Аналогичных плит с гравировками на Алтае неизвестно. В какой-то мере в качестве аналога среди более отдаленных районов Сибири можно привести плиту с рисунками из каменного ящика могильника Сухое озеро 1 (Максименков Г. А., 1978, с. 144). В левой половине плиты представлены некие линейные начертания, которые в самых общих чертах могут быть сопоставимы с ештыкельскими гравировками. Плита же из бассейна Енисея была отнесена Г. А. Максименко и Б. Н. Пяткиным к андроновскому изобразительному комплексу (Пяткин Б.Н., 1977, с. 61). Между тем недавно В.В. Бобров и И.В. Ковтун высказали сомнение в подобной идентификации погребения. По их мнению, иконографические особенности орнаментальной композиции правой части плиты указывают на торгожакские, а также на собственно карасукские и лугавские (карасук-лугавские) параллели. Геометризованный схематизм правой половины плиты напомнил им предельно стилизованных персонажей ряда антропоморфных «хищников» окуневских древностей (Бобров В.В., Ковтун И. В., 2000, с. 235-6). Гравировки же на описываемой в настоящей работе алтайской плите таких изобразительных ассоциаций явно не вызывают.

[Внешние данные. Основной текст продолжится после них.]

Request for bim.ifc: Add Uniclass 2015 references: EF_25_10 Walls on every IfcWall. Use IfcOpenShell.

First a look at what the model holds.

```python
import ifcopenshell

model = ifcopenshell.open("bim.ifc")
print(model.schema)
print("classifications:", [c.Name for c in model.by_type("IfcClassification")])
for ifc_class in ("IfcDoor", "IfcRoof", "IfcStair", "IfcWall", "IfcWindow"):
    print(ifc_class, len(model.by_type(ifc_class)))
```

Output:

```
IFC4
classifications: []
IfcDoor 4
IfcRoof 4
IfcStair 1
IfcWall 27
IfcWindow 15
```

```python
import ifcopenshell
import ifcopenshell.api.classification

model = ifcopenshell.open("bim.ifc")

system = ifcopenshell.api.classification.add_classification(model, classification="Uniclass 2015")

codes = {
    "IfcWall": ("EF_25_10", "Walls"),
}
for ifc_class, (code, name) in codes.items():
    products = model.by_type(ifc_class)
    ifcopenshell.api.classification.add_reference(
        model, products=products, classification=system, identification=code, name=name
    )
    print(code, len(products))

model.write("bim_edited.ifc")
```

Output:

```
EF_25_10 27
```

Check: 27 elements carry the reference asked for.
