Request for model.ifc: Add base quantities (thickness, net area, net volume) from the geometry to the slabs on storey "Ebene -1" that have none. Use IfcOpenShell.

First a look at what the model holds.

```python
import ifcopenshell
import ifcopenshell.util.element
import ifcopenshell.util.unit

model = ifcopenshell.open("model.ifc")
print(model.schema)
for unit_type in ("LENGTHUNIT", "AREAUNIT", "VOLUMEUNIT"):
    print(unit_type, ifcopenshell.util.unit.calculate_unit_scale(model, unit_type))
storey = next(s for s in model.by_type("IfcBuildingStorey") if s.Name == "Ebene -1")
slabs = [e for e in ifcopenshell.util.element.get_decomposition(storey) if e.is_a("IfcSlab")]
for e in sorted(slabs, key=lambda e: e.id()):
    print(e.id(), e.is_a(), e.Name, list(ifcopenshell.util.element.get_psets(e, qtos_only=True)), sep=" | ")
```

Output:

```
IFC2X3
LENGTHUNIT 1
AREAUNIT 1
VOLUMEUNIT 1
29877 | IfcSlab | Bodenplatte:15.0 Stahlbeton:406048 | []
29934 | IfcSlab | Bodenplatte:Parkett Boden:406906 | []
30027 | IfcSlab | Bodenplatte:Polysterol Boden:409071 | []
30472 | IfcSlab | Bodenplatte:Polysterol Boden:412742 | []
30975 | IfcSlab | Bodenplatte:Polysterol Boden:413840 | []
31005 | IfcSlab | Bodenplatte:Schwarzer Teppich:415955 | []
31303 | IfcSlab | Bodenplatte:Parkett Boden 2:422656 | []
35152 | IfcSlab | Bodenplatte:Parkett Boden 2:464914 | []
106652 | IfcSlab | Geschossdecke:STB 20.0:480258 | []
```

```python
import ifcopenshell
import ifcopenshell.api.pset
import ifcopenshell.geom
import ifcopenshell.util.element
import ifcopenshell.util.shape
import ifcopenshell.util.unit

model = ifcopenshell.open("model.ifc")
unit_scale = ifcopenshell.util.unit.calculate_unit_scale(model)
area_scale = ifcopenshell.util.unit.calculate_unit_scale(model, "AREAUNIT")
volume_scale = ifcopenshell.util.unit.calculate_unit_scale(model, "VOLUMEUNIT")
settings = ifcopenshell.geom.settings()

storey = next(s for s in model.by_type("IfcBuildingStorey") if s.Name == "Ebene -1")
slabs = [e for e in ifcopenshell.util.element.get_decomposition(storey) if e.is_a("IfcSlab")]

for e in sorted(slabs, key=lambda e: e.id()):
    if ifcopenshell.util.element.get_psets(e, qtos_only=True, should_inherit=False):
        continue
    # Geometry comes back in metres, in the element's own axes.
    shape = ifcopenshell.geom.create_shape(settings, e)
    values = {
        "Width": ifcopenshell.util.shape.get_z(shape.geometry) / unit_scale,
        "NetArea": ifcopenshell.util.shape.get_footprint_area(shape.geometry) / area_scale,
        "NetVolume": ifcopenshell.util.shape.get_volume(shape.geometry) / volume_scale,
    }
    qto = ifcopenshell.api.pset.add_qto(model, product=e, name="BaseQuantities")
    ifcopenshell.api.pset.edit_qto(model, qto=qto, properties=values)
    print(e.id(), {k: round(v, 3) for k, v in values.items()})

model.write("model_v2.ifc")
```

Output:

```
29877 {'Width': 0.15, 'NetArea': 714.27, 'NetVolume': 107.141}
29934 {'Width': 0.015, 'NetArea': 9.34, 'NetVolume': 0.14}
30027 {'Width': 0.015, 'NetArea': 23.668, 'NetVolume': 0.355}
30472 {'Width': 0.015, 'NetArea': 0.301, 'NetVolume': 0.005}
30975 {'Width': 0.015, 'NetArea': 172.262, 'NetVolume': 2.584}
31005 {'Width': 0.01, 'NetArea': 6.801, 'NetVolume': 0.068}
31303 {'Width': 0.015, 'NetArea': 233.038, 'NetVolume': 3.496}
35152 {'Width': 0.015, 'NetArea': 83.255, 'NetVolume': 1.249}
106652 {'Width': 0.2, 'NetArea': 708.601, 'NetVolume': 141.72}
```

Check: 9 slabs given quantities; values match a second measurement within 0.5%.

Линейно-геометрические рисунки наряду с фигуративными изображениями всегда существовали в искусстве первобытного и более позднего времени. Например, немало абстрактных геометризованных граффити оставили на Алтае древние тюрки (Маточкин Е.П., 1990, с. 152). Достаточно широко линейно-геометрические начертания представлены на юге Украины среди петроглифов Каменной могилы, относимых ко времени энеолита — эпохи бронзы (Михайлов Б.Д., 1998, с. 84). Среди древних росписей Каракола (погребение 5, плита 7) они соседствуют с фигуративными рисунками (Кубарев В.Д., 1988, с. 78).
Пожалуй, каракольские плиты и по своему изготовлению, и по гравировкам могут служить определенным ориентиром. В силу этого наиболее вероятным временем создания плиты из Ештыкеля можно считать эпоху бронзы без определенной привязки к андроновской культуре, памятники которой в Горном Алтае вообще не обнаружены.
Вопрос о семантике ештыкельских гравировок нуждается в дополнительном исследовании. Нам представляется, что все эти аккуратно вырезанные линии были сделаны не случайно и несут в себе достаточно глубокий информационный смысл.